(Activity):
Among the lines below, return each one that contains the word "ObjectType".

(Data in this exercise):
- Opening Delimiter -

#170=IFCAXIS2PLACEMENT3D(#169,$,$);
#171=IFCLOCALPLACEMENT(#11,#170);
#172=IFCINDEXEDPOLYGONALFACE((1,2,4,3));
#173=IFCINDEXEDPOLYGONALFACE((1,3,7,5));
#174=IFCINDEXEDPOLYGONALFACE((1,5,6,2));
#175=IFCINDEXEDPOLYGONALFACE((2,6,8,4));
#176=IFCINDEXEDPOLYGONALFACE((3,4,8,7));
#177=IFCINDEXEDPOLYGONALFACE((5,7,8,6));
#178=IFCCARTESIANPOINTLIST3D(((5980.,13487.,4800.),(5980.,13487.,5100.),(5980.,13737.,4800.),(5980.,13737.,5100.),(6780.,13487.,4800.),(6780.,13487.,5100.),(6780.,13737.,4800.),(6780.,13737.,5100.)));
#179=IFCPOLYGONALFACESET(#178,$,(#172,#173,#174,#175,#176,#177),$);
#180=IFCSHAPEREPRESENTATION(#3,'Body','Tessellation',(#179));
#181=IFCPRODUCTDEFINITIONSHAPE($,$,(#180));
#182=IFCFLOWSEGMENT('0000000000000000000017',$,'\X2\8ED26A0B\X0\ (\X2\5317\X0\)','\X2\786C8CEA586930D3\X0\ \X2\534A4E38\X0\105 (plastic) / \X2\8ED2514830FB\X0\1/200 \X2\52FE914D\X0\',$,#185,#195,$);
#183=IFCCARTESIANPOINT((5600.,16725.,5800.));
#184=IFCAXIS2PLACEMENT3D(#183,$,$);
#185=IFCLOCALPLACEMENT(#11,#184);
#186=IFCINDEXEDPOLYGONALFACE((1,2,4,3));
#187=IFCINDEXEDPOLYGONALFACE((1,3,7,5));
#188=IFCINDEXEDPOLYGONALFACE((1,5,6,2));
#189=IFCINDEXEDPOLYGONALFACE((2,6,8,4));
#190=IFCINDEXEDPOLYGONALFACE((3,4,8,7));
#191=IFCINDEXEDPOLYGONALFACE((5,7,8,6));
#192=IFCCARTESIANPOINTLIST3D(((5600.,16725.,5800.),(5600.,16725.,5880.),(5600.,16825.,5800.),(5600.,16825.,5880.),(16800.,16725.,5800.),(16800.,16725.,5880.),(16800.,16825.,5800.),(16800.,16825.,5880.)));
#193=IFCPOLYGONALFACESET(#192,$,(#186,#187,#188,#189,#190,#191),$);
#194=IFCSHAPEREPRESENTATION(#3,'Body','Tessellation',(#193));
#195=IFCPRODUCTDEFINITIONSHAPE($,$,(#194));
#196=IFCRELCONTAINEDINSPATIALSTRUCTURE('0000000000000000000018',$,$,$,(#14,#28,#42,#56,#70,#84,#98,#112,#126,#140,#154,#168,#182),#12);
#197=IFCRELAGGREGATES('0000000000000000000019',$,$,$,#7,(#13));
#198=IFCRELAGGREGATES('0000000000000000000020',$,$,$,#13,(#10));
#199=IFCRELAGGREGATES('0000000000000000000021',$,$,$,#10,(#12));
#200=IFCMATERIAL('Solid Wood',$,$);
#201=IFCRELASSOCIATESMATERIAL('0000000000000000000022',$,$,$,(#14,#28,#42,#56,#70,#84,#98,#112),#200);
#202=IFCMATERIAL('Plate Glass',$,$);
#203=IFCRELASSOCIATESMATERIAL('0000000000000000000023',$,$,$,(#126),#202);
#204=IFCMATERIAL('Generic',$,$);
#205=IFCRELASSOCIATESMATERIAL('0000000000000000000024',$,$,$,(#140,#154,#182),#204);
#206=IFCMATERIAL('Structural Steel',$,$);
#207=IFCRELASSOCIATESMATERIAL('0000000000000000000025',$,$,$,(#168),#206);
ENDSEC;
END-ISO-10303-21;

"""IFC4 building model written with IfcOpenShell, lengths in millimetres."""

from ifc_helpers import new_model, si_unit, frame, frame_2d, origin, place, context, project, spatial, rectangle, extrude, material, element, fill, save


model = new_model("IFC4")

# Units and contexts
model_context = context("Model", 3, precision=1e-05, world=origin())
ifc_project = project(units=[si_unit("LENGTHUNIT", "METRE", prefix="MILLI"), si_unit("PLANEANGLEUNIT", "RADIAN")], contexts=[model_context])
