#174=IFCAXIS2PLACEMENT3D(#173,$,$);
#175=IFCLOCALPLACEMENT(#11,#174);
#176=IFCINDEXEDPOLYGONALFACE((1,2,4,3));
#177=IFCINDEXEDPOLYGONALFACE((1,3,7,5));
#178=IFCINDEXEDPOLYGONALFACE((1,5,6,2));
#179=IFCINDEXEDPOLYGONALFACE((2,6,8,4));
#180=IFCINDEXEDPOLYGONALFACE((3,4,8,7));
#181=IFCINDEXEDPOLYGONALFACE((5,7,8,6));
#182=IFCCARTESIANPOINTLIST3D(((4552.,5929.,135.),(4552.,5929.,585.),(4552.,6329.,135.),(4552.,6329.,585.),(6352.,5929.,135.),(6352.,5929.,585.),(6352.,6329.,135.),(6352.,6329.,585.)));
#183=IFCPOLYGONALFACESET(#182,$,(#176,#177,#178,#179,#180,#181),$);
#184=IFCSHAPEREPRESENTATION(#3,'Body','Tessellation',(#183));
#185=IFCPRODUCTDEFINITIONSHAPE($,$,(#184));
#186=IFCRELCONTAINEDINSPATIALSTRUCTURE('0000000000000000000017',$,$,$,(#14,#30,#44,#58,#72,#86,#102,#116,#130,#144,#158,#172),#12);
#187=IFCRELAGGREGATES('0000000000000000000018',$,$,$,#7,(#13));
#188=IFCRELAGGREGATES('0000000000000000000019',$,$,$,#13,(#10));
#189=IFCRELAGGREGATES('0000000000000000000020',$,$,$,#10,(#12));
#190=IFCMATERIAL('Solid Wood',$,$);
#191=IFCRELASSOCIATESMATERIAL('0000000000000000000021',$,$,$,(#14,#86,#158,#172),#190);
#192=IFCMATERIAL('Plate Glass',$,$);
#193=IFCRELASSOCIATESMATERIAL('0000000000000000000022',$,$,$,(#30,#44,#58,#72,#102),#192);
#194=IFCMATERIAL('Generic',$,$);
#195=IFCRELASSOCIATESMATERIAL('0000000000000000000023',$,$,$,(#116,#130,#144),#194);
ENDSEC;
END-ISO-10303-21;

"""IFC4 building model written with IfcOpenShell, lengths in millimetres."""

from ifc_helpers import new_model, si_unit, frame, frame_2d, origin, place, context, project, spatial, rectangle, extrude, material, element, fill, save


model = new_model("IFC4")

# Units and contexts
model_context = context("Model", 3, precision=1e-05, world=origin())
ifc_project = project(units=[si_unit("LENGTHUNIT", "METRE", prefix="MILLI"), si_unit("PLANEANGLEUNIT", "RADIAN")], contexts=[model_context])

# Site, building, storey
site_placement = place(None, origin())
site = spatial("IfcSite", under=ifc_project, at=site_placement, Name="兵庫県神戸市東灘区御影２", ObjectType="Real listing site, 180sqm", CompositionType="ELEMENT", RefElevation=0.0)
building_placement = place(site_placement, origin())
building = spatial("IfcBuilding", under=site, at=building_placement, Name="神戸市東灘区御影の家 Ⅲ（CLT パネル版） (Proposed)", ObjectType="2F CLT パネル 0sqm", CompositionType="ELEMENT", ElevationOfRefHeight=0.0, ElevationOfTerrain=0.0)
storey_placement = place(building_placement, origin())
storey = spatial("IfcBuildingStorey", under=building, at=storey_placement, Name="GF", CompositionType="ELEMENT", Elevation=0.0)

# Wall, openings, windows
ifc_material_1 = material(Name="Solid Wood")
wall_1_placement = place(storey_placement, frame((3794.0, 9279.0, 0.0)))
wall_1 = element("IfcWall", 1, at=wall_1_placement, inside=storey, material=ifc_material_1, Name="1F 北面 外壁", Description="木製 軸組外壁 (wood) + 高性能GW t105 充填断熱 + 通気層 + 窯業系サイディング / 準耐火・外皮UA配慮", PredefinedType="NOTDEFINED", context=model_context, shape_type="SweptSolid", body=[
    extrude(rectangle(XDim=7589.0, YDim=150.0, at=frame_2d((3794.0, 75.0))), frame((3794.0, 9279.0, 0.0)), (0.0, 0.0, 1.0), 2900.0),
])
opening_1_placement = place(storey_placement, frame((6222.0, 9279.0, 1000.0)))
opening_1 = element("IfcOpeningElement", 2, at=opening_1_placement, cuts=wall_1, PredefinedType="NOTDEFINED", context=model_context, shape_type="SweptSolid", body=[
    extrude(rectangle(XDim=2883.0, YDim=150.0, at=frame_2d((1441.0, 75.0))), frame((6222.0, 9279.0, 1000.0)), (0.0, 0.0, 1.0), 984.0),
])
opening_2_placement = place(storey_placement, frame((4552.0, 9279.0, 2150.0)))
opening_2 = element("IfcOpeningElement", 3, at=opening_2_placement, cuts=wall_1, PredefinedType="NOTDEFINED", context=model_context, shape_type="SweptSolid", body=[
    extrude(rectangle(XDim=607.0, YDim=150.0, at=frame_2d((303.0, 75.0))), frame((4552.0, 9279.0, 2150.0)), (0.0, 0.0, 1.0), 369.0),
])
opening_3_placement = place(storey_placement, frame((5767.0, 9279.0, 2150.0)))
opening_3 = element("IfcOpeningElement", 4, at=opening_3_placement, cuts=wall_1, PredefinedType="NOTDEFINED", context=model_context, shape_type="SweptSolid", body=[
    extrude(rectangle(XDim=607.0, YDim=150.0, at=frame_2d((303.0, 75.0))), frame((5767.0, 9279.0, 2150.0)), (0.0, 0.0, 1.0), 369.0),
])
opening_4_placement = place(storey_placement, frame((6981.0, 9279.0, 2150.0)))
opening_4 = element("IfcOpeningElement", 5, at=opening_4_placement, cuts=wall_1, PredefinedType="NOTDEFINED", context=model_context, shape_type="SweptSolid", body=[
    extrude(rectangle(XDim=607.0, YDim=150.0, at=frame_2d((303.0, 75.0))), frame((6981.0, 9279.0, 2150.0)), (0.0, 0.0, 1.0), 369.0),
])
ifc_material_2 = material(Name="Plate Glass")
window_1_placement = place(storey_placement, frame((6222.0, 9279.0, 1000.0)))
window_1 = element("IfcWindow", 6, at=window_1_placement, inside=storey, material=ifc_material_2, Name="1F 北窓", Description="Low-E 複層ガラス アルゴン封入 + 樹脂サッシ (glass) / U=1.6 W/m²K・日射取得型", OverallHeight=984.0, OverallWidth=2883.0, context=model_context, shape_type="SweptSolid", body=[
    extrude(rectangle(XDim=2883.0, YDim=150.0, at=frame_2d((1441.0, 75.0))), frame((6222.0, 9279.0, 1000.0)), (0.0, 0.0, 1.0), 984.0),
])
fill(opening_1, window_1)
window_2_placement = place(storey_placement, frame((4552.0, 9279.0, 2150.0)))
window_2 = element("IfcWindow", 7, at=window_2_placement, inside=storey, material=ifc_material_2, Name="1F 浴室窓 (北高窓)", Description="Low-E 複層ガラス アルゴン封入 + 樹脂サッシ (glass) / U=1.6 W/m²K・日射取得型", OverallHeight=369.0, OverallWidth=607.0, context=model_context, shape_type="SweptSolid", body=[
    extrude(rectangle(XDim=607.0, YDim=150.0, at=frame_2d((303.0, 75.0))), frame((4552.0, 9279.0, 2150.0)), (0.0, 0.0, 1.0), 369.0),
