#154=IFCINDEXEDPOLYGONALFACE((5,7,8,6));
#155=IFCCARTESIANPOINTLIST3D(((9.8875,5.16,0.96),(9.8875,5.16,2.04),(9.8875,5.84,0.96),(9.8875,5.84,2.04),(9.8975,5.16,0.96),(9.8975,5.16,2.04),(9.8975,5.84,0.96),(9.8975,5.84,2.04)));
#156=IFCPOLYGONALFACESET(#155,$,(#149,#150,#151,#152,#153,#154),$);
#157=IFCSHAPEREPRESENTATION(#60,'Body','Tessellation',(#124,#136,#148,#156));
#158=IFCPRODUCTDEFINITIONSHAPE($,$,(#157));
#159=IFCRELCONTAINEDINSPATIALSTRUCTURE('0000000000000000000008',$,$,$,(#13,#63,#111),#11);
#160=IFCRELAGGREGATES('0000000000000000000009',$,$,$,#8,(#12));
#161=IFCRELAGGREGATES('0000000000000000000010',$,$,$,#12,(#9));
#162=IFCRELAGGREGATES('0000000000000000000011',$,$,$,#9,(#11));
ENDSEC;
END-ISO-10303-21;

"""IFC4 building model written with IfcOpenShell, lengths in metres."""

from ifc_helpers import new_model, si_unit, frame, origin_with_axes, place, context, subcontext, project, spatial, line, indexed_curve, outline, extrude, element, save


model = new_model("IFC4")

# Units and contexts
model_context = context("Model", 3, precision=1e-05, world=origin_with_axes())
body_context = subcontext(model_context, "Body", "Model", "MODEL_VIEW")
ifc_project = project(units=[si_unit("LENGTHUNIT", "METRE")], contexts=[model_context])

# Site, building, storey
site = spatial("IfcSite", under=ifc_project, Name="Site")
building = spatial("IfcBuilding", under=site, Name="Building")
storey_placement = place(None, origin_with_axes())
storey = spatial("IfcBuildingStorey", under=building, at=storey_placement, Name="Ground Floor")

- Closing Delimiter -

(Solution to the exercise):
site = spatial("IfcSite", under=ifc_project, at=site_placement, Name="兵庫県神戸市東灘区御影２", ObjectType="Real listing site, 180sqm", CompositionType="ELEMENT", RefElevation=0.0)
building = spatial("IfcBuilding", under=site, at=building_placement, Name="神戸市東灘区御影の家 Ⅲ（CLT パネル版） (Proposed)", ObjectType="2F CLT パネル 0sqm", CompositionType="ELEMENT", ElevationOfRefHeight=0.0, ElevationOfTerrain=0.0)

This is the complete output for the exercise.